WHAT THE TASK ASKS: Write out each line of the records that has "Basic" in it.

Data records:
:::::
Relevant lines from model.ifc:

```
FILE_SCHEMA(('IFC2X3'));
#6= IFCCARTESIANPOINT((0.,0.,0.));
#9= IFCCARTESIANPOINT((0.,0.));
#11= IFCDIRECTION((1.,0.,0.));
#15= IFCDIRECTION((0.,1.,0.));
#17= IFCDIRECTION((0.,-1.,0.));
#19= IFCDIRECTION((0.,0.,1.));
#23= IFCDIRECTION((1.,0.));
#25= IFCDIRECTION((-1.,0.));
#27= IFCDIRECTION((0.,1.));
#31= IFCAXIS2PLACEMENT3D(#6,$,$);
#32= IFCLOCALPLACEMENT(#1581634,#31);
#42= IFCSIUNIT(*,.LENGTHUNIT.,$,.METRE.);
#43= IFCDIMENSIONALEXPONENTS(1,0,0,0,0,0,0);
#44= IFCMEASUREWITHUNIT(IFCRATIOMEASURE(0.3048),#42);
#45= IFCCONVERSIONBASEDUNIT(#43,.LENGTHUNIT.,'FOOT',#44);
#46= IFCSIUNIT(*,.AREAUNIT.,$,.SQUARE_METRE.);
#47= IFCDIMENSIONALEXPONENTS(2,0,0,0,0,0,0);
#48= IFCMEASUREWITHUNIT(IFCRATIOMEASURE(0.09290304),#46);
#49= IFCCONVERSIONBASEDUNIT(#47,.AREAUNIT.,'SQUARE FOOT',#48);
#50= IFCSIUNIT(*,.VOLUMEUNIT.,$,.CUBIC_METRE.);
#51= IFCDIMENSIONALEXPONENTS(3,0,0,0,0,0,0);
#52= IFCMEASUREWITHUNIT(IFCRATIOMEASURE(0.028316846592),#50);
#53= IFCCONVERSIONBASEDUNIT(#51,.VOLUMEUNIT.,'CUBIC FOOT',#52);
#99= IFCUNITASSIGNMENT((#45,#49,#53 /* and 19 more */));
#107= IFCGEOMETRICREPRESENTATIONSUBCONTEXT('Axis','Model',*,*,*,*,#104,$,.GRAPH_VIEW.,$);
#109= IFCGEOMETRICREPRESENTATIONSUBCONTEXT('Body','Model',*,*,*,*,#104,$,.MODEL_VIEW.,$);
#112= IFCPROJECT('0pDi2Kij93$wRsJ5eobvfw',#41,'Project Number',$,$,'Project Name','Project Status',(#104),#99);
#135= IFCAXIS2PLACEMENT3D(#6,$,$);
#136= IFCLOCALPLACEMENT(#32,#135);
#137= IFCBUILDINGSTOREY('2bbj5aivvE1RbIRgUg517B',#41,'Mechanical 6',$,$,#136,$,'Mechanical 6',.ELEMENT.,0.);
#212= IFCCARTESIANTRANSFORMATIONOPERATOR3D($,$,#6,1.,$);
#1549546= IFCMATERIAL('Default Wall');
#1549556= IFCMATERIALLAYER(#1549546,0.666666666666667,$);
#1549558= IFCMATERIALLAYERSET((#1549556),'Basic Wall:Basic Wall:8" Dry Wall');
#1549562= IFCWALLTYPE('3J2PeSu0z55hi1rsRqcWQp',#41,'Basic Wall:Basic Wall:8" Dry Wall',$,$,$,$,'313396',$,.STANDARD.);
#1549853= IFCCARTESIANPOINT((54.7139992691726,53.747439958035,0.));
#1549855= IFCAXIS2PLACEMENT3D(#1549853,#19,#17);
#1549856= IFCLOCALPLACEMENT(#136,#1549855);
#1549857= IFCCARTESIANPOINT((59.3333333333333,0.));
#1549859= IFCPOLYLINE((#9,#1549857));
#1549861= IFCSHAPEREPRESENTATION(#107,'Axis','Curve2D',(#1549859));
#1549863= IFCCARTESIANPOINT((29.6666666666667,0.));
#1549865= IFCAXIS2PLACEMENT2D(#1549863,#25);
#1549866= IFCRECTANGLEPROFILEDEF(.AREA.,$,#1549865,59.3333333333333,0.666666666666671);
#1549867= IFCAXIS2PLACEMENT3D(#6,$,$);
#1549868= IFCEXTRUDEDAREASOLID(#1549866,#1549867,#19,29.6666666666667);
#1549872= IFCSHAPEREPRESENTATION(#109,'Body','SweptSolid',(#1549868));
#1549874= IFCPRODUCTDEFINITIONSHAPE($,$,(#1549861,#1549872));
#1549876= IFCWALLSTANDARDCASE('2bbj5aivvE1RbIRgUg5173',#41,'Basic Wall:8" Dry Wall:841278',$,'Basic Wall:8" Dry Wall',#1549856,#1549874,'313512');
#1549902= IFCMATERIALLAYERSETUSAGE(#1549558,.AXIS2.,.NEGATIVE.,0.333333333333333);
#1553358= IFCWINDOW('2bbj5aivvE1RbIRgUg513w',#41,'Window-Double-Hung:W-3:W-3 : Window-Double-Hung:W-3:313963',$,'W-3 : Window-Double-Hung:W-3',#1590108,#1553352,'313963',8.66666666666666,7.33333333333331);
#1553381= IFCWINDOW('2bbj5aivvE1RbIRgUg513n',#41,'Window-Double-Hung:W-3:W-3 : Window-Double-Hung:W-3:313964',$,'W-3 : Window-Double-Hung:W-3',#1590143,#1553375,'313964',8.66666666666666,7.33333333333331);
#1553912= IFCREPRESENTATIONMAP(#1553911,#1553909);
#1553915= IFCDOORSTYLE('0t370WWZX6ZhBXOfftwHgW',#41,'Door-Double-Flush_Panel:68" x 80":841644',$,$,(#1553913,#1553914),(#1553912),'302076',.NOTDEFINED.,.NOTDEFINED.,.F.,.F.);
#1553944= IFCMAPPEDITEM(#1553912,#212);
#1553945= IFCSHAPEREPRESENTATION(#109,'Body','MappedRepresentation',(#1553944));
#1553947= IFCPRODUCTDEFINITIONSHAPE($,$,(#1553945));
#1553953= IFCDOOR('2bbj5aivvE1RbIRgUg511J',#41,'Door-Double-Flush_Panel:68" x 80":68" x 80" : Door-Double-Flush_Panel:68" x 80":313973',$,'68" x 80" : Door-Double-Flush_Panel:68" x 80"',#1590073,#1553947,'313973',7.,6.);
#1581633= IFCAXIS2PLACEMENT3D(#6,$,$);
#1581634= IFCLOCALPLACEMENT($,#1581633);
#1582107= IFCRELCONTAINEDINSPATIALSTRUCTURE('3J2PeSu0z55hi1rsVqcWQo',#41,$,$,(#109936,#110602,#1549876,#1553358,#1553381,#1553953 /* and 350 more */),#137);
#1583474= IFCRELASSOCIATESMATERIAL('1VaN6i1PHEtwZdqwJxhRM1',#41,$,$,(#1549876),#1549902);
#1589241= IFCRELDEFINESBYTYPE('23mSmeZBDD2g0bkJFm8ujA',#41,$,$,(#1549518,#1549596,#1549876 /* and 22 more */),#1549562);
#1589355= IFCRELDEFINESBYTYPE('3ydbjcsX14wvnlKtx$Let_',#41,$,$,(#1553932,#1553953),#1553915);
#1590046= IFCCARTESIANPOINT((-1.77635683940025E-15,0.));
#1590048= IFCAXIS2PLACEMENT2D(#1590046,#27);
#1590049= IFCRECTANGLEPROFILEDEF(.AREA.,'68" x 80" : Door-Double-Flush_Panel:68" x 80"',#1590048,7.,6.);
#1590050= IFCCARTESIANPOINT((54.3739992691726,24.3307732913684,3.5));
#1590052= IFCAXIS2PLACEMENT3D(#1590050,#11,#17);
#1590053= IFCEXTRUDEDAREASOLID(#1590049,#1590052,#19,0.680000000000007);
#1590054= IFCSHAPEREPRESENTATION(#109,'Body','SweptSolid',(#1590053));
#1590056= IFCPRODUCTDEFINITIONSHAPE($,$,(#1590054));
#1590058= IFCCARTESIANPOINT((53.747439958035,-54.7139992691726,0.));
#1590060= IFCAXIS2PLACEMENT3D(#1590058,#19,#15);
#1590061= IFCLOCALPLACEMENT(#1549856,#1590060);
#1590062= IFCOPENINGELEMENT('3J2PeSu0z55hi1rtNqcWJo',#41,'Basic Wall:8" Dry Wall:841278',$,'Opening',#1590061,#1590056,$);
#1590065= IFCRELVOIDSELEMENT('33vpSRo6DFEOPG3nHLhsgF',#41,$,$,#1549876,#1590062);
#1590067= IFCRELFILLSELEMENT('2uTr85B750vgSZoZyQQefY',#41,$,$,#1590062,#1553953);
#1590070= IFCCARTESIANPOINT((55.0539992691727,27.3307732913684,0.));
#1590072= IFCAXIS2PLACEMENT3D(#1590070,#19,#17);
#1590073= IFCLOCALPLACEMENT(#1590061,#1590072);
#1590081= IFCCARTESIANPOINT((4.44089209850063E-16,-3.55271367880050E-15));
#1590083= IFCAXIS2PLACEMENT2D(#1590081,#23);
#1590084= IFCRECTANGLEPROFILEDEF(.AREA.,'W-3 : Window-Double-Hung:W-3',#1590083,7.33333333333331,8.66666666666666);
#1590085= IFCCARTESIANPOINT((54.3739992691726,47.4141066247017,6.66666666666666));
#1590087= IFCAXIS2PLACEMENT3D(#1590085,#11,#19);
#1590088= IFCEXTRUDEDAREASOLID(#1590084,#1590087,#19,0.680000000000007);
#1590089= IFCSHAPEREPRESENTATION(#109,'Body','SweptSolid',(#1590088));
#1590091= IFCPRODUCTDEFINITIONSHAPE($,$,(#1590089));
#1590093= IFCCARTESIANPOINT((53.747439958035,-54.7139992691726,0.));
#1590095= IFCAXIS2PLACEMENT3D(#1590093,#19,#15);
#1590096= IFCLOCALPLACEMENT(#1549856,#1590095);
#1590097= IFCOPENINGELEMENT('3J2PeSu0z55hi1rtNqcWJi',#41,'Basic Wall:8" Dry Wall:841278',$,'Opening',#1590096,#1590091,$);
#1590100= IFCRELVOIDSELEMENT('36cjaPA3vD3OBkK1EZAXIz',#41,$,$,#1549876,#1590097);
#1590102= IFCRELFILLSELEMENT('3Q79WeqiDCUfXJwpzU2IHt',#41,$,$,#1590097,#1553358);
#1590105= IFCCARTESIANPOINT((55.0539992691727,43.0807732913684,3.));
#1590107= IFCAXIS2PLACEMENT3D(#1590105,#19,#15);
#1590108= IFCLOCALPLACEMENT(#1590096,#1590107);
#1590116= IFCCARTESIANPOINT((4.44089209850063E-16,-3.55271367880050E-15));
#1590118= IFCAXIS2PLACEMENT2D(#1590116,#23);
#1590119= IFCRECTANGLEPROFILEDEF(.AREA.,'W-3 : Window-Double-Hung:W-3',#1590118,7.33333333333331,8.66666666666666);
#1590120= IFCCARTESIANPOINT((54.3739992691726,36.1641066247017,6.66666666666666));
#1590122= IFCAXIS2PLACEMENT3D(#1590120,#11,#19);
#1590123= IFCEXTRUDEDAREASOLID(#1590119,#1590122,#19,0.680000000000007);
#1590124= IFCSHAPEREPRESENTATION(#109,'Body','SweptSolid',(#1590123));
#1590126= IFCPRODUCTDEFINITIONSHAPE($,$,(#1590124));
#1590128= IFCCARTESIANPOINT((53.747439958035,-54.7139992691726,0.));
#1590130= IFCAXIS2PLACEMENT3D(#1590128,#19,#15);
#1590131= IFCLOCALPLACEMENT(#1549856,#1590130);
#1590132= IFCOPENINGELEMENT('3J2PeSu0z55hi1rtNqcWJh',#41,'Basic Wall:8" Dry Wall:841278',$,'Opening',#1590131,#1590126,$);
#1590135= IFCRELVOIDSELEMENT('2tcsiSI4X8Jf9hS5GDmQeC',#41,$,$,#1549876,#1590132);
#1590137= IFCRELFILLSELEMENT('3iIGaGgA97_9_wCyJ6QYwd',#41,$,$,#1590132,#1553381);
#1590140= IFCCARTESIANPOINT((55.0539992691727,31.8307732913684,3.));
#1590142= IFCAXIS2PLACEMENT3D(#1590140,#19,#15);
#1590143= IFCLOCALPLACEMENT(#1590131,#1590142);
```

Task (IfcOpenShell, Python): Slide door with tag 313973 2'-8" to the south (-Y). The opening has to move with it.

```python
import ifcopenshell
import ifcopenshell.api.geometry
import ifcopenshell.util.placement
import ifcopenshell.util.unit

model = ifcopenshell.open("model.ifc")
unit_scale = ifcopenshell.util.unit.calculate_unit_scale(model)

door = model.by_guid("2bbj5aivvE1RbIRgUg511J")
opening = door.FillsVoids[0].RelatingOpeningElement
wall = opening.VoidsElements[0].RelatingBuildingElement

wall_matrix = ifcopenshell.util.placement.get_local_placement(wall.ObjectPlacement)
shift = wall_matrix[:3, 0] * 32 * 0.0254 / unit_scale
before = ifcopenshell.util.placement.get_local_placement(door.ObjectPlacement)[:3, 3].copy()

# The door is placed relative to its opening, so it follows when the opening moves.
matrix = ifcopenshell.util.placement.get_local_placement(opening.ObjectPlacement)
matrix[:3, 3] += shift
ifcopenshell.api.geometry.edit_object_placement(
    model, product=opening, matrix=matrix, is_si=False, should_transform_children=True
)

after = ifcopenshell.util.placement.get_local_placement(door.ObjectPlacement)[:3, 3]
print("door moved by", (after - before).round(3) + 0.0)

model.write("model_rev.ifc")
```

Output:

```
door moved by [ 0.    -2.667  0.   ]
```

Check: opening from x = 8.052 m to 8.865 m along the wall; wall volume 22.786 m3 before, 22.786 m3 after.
:::::
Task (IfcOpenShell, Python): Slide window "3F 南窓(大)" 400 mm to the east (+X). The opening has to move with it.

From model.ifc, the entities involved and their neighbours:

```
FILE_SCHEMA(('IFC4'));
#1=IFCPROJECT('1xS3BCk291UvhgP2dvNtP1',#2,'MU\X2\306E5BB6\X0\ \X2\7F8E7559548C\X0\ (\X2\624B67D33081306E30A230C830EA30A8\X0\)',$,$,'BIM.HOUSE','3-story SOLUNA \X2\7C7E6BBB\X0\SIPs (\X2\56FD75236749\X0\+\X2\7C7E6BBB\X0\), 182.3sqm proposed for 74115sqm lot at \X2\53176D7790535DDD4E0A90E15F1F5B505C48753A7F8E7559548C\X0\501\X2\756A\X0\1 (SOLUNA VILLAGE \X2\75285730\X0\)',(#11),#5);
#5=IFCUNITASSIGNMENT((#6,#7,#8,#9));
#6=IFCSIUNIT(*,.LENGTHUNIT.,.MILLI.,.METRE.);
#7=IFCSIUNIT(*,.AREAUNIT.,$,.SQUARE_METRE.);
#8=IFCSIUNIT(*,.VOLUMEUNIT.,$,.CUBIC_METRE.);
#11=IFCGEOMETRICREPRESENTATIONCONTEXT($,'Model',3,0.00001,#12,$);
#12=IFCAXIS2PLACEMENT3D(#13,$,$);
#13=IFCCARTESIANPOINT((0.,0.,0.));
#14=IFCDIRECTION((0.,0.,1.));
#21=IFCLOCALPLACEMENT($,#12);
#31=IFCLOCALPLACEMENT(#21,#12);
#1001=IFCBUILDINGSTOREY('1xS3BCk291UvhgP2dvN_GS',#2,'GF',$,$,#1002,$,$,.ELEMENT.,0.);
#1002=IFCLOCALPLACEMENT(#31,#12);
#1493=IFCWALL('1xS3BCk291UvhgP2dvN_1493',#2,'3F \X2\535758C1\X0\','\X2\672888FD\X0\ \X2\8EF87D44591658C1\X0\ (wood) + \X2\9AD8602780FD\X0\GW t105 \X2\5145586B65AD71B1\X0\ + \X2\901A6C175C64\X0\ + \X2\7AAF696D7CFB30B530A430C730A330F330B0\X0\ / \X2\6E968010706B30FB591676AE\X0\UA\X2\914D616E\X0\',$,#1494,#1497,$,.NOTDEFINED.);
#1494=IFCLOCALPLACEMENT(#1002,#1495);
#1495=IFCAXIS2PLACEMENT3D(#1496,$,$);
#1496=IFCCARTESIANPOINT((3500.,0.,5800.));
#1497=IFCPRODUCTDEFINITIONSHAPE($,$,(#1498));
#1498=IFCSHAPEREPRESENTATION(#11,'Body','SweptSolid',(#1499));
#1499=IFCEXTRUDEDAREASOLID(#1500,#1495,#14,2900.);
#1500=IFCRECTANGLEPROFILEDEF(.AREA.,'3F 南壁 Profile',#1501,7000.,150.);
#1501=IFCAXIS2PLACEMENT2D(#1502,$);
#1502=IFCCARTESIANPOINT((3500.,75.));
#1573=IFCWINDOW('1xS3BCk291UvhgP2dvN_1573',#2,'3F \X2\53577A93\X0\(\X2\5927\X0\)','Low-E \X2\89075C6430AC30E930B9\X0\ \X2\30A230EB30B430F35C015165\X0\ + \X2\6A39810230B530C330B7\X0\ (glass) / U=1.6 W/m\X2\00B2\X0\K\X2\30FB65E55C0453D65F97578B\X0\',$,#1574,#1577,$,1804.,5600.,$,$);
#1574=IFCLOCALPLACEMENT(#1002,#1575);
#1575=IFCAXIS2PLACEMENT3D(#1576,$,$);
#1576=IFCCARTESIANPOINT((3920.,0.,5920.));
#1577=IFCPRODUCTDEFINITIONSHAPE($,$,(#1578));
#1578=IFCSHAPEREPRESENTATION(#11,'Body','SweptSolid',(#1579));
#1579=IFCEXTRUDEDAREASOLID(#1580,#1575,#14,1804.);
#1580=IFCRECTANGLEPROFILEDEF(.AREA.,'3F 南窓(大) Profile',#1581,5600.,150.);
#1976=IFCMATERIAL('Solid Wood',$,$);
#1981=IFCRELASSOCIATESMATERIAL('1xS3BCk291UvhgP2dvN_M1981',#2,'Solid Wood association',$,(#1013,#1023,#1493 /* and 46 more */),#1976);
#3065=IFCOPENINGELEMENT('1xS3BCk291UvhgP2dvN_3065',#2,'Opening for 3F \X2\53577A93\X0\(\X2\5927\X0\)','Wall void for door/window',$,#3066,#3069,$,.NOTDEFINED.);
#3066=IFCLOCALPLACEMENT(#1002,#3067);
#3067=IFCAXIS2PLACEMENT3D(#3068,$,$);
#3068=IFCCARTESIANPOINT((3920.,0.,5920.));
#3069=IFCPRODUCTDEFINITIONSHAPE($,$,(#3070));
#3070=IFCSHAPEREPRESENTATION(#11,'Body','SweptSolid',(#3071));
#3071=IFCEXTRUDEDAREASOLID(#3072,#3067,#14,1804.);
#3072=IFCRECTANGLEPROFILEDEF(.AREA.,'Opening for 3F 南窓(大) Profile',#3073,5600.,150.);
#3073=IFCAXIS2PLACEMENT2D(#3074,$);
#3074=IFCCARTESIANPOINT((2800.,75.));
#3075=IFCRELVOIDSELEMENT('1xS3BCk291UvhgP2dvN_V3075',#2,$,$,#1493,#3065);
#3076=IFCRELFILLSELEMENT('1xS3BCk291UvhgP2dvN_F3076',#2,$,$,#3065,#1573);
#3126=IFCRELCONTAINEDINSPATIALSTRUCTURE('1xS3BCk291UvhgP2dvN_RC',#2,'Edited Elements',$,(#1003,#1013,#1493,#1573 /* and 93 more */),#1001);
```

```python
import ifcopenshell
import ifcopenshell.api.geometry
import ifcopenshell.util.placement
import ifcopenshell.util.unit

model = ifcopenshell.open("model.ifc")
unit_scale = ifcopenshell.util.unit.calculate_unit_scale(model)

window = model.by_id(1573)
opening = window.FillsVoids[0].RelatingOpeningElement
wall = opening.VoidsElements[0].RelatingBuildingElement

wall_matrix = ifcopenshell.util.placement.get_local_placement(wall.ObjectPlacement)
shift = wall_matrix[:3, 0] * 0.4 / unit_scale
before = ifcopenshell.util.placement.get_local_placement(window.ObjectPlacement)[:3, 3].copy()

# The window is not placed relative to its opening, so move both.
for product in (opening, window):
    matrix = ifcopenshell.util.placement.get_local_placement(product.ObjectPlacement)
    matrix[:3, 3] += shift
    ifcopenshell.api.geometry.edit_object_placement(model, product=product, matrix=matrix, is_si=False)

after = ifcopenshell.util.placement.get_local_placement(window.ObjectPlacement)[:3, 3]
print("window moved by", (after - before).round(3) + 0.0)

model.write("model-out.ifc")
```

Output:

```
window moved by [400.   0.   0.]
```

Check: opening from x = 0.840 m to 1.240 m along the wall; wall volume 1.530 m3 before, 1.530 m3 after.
:::::
FINAL ANSWER:
#1549558= IFCMATERIALLAYERSET((#1549556),'Basic Wall:Basic Wall:8" Dry Wall');
#1549562= IFCWALLTYPE('3J2PeSu0z55hi1rsRqcWQp',#41,'Basic Wall:Basic Wall:8" Dry Wall',$,$,$,$,'313396',$,.STANDARD.);
#1549876= IFCWALLSTANDARDCASE('2bbj5aivvE1RbIRgUg5173',#41,'Basic Wall:8" Dry Wall:841278',$,'Basic Wall:8" Dry Wall',#1549856,#1549874,'313512');
#1590062= IFCOPENINGELEMENT('3J2PeSu0z55hi1rtNqcWJo',#41,'Basic Wall:8" Dry Wall:841278',$,'Opening',#1590061,#1590056,$);
#1590097= IFCOPENINGELEMENT('3J2PeSu0z55hi1rtNqcWJi',#41,'Basic Wall:8" Dry Wall:841278',$,'Opening',#1590096,#1590091,$);
#1590132= IFCOPENINGELEMENT('3J2PeSu0z55hi1rtNqcWJh',#41,'Basic Wall:8" Dry Wall:841278',$,'Opening',#1590131,#1590126,$);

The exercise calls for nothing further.